Budget-Friendly Retirement Travel
While flying first-class to a luxury hotel is certainly enjoyable, it isn’t normally part of a travel-based retirement. Instead, look for options that keep your budget under control. Along with choosing destinations that are known for their low cost of living and staying in inexpensive lodgings, you can cut costs in many other ways.
- Try a repositioning cruise: Cruise lines offer these discount trips when they need to move a ship from one port to another, usually during the off-season. Unlike typical cruises, the ship will not return to the port of origin but will stop at several ports on the way to the end destination.

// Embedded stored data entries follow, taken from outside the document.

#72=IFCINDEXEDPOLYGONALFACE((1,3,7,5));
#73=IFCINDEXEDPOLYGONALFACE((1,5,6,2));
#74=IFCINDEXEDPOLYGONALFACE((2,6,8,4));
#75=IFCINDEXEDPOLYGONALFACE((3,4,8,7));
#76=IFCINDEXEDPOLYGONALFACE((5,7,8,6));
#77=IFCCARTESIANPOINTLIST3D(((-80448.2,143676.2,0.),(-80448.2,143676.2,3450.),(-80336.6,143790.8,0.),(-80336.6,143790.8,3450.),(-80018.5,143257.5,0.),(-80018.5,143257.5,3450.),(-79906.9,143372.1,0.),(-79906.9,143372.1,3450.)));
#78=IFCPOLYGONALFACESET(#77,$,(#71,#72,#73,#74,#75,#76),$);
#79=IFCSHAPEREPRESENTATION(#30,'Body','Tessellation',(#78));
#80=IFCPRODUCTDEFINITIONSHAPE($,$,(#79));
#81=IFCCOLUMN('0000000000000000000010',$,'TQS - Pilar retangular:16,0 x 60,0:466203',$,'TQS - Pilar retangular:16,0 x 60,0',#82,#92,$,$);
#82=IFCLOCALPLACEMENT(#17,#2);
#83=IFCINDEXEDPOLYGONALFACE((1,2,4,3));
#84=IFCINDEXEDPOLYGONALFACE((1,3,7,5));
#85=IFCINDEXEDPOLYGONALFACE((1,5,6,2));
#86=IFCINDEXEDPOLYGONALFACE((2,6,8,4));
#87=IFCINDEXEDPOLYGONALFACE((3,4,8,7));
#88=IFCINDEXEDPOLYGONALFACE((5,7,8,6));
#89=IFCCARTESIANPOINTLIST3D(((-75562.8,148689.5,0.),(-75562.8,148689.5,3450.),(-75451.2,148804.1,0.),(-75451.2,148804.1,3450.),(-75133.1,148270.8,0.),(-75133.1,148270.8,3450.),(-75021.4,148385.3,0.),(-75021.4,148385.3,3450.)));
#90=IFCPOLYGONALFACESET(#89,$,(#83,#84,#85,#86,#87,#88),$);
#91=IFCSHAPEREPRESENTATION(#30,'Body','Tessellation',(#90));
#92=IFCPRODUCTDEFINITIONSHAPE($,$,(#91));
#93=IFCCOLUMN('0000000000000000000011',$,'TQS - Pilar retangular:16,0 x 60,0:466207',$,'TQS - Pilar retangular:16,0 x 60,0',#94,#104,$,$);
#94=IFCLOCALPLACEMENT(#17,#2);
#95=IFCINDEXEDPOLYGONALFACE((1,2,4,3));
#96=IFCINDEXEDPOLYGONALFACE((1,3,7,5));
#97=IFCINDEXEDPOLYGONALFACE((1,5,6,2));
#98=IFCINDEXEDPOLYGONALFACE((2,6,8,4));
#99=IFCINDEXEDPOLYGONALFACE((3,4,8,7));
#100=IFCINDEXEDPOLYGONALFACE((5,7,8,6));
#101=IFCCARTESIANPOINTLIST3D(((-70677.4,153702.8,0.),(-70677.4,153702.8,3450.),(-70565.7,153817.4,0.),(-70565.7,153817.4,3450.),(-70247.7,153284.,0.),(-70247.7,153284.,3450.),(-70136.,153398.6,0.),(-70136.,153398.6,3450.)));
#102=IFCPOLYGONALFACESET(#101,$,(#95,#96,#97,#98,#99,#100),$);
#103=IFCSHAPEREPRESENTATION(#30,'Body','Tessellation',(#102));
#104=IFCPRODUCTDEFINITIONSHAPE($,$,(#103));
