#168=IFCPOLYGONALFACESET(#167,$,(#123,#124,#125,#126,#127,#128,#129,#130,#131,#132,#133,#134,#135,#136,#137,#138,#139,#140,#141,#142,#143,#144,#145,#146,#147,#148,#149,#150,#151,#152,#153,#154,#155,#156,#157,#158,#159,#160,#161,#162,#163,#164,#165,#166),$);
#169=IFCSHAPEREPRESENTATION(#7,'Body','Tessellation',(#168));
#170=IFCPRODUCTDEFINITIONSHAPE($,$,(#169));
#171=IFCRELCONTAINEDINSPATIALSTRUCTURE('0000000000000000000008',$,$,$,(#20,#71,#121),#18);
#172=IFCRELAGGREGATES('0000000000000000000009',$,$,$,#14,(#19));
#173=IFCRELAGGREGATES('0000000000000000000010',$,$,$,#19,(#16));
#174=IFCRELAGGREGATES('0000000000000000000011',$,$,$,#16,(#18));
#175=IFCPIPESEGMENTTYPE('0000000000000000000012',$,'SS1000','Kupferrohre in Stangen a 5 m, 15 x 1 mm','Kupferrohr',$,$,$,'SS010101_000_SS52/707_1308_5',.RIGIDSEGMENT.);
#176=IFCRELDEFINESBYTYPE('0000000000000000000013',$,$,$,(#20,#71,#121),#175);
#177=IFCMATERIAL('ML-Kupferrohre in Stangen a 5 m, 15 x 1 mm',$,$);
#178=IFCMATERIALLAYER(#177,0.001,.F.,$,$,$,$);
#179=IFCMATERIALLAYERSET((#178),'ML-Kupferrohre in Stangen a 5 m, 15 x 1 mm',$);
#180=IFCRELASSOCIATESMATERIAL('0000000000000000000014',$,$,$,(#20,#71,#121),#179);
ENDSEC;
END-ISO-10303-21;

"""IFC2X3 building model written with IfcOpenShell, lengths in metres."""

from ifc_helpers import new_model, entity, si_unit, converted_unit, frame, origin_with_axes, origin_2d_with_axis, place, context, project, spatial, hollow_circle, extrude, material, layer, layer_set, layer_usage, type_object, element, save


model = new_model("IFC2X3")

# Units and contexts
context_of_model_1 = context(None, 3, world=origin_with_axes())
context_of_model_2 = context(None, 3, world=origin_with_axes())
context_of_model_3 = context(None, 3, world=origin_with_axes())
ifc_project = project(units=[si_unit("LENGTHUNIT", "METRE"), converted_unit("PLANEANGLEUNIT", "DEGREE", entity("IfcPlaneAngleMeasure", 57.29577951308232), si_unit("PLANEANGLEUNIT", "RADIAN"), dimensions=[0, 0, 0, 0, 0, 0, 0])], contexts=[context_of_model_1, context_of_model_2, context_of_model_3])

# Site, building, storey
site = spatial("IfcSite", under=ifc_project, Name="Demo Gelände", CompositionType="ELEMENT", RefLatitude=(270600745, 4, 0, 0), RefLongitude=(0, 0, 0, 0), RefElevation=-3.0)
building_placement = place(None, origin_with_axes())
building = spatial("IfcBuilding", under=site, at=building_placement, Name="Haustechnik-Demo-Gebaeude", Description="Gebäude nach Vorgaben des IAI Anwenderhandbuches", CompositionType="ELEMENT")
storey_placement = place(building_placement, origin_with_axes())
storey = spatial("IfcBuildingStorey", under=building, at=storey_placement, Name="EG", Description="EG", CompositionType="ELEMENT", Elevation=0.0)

- Volunteer: If you want to do good while seeing the world, consider a volunteer vacation. Options range from two years in the Peace Corps to a few days spent working in the fields of an organic farm, and just about everything in between. Generally, you’ll pay a set price that covers your food and lodging during the volunteer stint, usually much less than the trip would cost otherwise. There are volunteer vacation opportunities all over the world.
- Work as you go: You can replenish your bank account by working during your travels. Teaching English abroad, writing a blog or book based on your experiences, working as a virtual assistant or other online jobs, and starting a small import/export business are all possibilities.
- Swap houses: If you aren’t selling your home, put it to work supporting your travels. The typical house swap involves you and another homeowner moving into each other’s house for a stated period of time. It’s a great way to vacation abroad if you want to stay a week or more in one location. Sites like International Vacation Home Exchange make it easy to find an available home and provide safety measures for your peace of mind.
- House sit: Cover the cost of your lodgings by house sitting for a family that is doing some traveling of their own. In return for staying in the home for free, you might be expected to take care of pets, water plants or perform simple maintenance. Check out TrustedHousesitters.com to get a feel for house-sitting jobs around the world.
The Bottom Line
While some retirees are happy to spend time relaxing at home and visiting with friends, others long for a more adventurous lifestyle. If you fall into this category, and you’ve always dreamed of seeing the world, a retirement spent circling the globe might be the answer to your dreams. But before selling your possessions and buying a plane ticket, you’ll need to take an honest assessment of your financial situation, your travel goals and your daily budget. Have a talk with your financial advisor early in the decision-making process so you’re clear on the best way to maximize your money. Bon voyage!